PROMPT:
Reproduce, exactly and in full, only the lines below from the one containing "#47=IFCINDEXEDPOLYGONALFACE((17,21,46,37));" through the one containing "#81=IFCINDEXEDPOLYGONALFACE((51,66,67,54));".

[[ EXTRACTED DATA, beginning ]]

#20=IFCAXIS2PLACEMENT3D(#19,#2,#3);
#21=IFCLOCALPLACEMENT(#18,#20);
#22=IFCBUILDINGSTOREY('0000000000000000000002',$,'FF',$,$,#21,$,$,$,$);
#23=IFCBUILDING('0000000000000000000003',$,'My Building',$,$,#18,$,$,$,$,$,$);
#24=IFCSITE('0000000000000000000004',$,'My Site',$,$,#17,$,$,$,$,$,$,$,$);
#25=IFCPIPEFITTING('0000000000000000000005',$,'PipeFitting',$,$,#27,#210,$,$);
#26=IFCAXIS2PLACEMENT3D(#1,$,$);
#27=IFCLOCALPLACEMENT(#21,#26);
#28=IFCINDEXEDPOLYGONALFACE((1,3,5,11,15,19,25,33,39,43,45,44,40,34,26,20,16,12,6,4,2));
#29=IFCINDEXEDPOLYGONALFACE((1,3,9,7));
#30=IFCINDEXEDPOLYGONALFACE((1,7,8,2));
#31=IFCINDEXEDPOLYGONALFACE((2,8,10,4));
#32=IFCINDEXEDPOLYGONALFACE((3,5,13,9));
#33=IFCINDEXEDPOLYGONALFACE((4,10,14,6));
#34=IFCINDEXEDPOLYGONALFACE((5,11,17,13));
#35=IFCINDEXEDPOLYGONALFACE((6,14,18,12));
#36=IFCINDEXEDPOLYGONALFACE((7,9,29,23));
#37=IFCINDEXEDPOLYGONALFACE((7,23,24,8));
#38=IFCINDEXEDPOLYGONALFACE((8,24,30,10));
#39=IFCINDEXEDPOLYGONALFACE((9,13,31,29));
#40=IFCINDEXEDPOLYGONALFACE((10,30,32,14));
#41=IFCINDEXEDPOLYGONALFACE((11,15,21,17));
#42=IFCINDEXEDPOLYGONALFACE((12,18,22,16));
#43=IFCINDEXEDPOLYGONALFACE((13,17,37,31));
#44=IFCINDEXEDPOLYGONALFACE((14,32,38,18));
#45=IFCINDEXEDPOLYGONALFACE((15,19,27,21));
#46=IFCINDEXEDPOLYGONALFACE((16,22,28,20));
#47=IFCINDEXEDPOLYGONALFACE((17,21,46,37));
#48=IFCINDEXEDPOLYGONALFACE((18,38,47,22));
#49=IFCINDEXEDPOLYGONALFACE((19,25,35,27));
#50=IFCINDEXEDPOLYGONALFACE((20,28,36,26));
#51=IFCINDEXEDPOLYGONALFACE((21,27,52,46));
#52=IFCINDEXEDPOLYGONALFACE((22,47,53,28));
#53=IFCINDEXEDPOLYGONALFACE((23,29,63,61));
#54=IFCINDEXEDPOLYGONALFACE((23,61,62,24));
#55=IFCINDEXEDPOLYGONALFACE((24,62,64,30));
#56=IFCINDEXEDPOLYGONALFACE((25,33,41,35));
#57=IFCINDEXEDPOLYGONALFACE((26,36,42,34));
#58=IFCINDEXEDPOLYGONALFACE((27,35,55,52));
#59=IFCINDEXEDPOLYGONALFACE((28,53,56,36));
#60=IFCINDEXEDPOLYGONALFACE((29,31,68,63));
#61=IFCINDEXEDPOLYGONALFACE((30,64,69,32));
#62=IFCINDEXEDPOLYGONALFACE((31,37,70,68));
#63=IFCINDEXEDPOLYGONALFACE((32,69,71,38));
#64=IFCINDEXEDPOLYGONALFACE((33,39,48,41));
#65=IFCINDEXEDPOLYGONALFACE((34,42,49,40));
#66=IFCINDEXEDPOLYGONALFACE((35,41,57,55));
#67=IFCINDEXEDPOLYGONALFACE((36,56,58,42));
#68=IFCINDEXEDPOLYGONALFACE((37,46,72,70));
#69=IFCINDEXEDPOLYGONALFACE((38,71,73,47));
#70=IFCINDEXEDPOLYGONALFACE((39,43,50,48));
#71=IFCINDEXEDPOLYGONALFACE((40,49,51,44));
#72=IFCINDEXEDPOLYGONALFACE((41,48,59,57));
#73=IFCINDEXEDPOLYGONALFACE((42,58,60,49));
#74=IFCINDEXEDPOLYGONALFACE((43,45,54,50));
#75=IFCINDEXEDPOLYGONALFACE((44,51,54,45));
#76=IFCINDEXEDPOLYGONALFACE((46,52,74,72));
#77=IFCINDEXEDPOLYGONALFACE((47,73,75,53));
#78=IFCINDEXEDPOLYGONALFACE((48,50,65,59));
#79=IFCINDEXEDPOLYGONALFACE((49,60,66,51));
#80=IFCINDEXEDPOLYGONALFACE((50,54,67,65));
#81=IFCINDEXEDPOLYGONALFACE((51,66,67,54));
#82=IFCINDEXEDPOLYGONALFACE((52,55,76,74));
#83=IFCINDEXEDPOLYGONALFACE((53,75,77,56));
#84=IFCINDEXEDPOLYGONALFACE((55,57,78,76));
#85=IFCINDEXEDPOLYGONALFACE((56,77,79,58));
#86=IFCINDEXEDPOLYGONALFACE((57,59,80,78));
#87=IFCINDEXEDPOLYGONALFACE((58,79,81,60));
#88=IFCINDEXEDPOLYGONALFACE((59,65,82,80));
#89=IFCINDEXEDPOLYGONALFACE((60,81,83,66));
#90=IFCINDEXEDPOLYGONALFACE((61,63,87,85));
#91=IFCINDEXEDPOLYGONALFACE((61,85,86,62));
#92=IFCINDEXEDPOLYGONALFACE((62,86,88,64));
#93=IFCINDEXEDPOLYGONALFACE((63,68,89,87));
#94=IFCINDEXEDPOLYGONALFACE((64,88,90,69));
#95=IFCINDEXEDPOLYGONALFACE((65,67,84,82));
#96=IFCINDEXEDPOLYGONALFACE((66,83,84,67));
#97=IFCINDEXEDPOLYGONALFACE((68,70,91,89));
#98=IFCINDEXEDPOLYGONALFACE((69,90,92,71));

[[ EXTRACTED DATA, end ]]

RESPONSE BOX:
#47=IFCINDEXEDPOLYGONALFACE((17,21,46,37));
#48=IFCINDEXEDPOLYGONALFACE((18,38,47,22));
#49=IFCINDEXEDPOLYGONALFACE((19,25,35,27));
#50=IFCINDEXEDPOLYGONALFACE((20,28,36,26));
#51=IFCINDEXEDPOLYGONALFACE((21,27,52,46));
#52=IFCINDEXEDPOLYGONALFACE((22,47,53,28));
#53=IFCINDEXEDPOLYGONALFACE((23,29,63,61));
#54=IFCINDEXEDPOLYGONALFACE((23,61,62,24));
#55=IFCINDEXEDPOLYGONALFACE((24,62,64,30));
#56=IFCINDEXEDPOLYGONALFACE((25,33,41,35));
#57=IFCINDEXEDPOLYGONALFACE((26,36,42,34));
#58=IFCINDEXEDPOLYGONALFACE((27,35,55,52));
#59=IFCINDEXEDPOLYGONALFACE((28,53,56,36));
#60=IFCINDEXEDPOLYGONALFACE((29,31,68,63));
#61=IFCINDEXEDPOLYGONALFACE((30,64,69,32));
#62=IFCINDEXEDPOLYGONALFACE((31,37,70,68));
#63=IFCINDEXEDPOLYGONALFACE((32,69,71,38));
#64=IFCINDEXEDPOLYGONALFACE((33,39,48,41));
#65=IFCINDEXEDPOLYGONALFACE((34,42,49,40));
#66=IFCINDEXEDPOLYGONALFACE((35,41,57,55));
#67=IFCINDEXEDPOLYGONALFACE((36,56,58,42));
#68=IFCINDEXEDPOLYGONALFACE((37,46,72,70));
#69=IFCINDEXEDPOLYGONALFACE((38,71,73,47));
#70=IFCINDEXEDPOLYGONALFACE((39,43,50,48));
#71=IFCINDEXEDPOLYGONALFACE((40,49,51,44));
#72=IFCINDEXEDPOLYGONALFACE((41,48,59,57));
#73=IFCINDEXEDPOLYGONALFACE((42,58,60,49));
#74=IFCINDEXEDPOLYGONALFACE((43,45,54,50));
#75=IFCINDEXEDPOLYGONALFACE((44,51,54,45));
#76=IFCINDEXEDPOLYGONALFACE((46,52,74,72));
#77=IFCINDEXEDPOLYGONALFACE((47,73,75,53));
#78=IFCINDEXEDPOLYGONALFACE((48,50,65,59));
#79=IFCINDEXEDPOLYGONALFACE((49,60,66,51));
#80=IFCINDEXEDPOLYGONALFACE((50,54,67,65));
#81=IFCINDEXEDPOLYGONALFACE((51,66,67,54));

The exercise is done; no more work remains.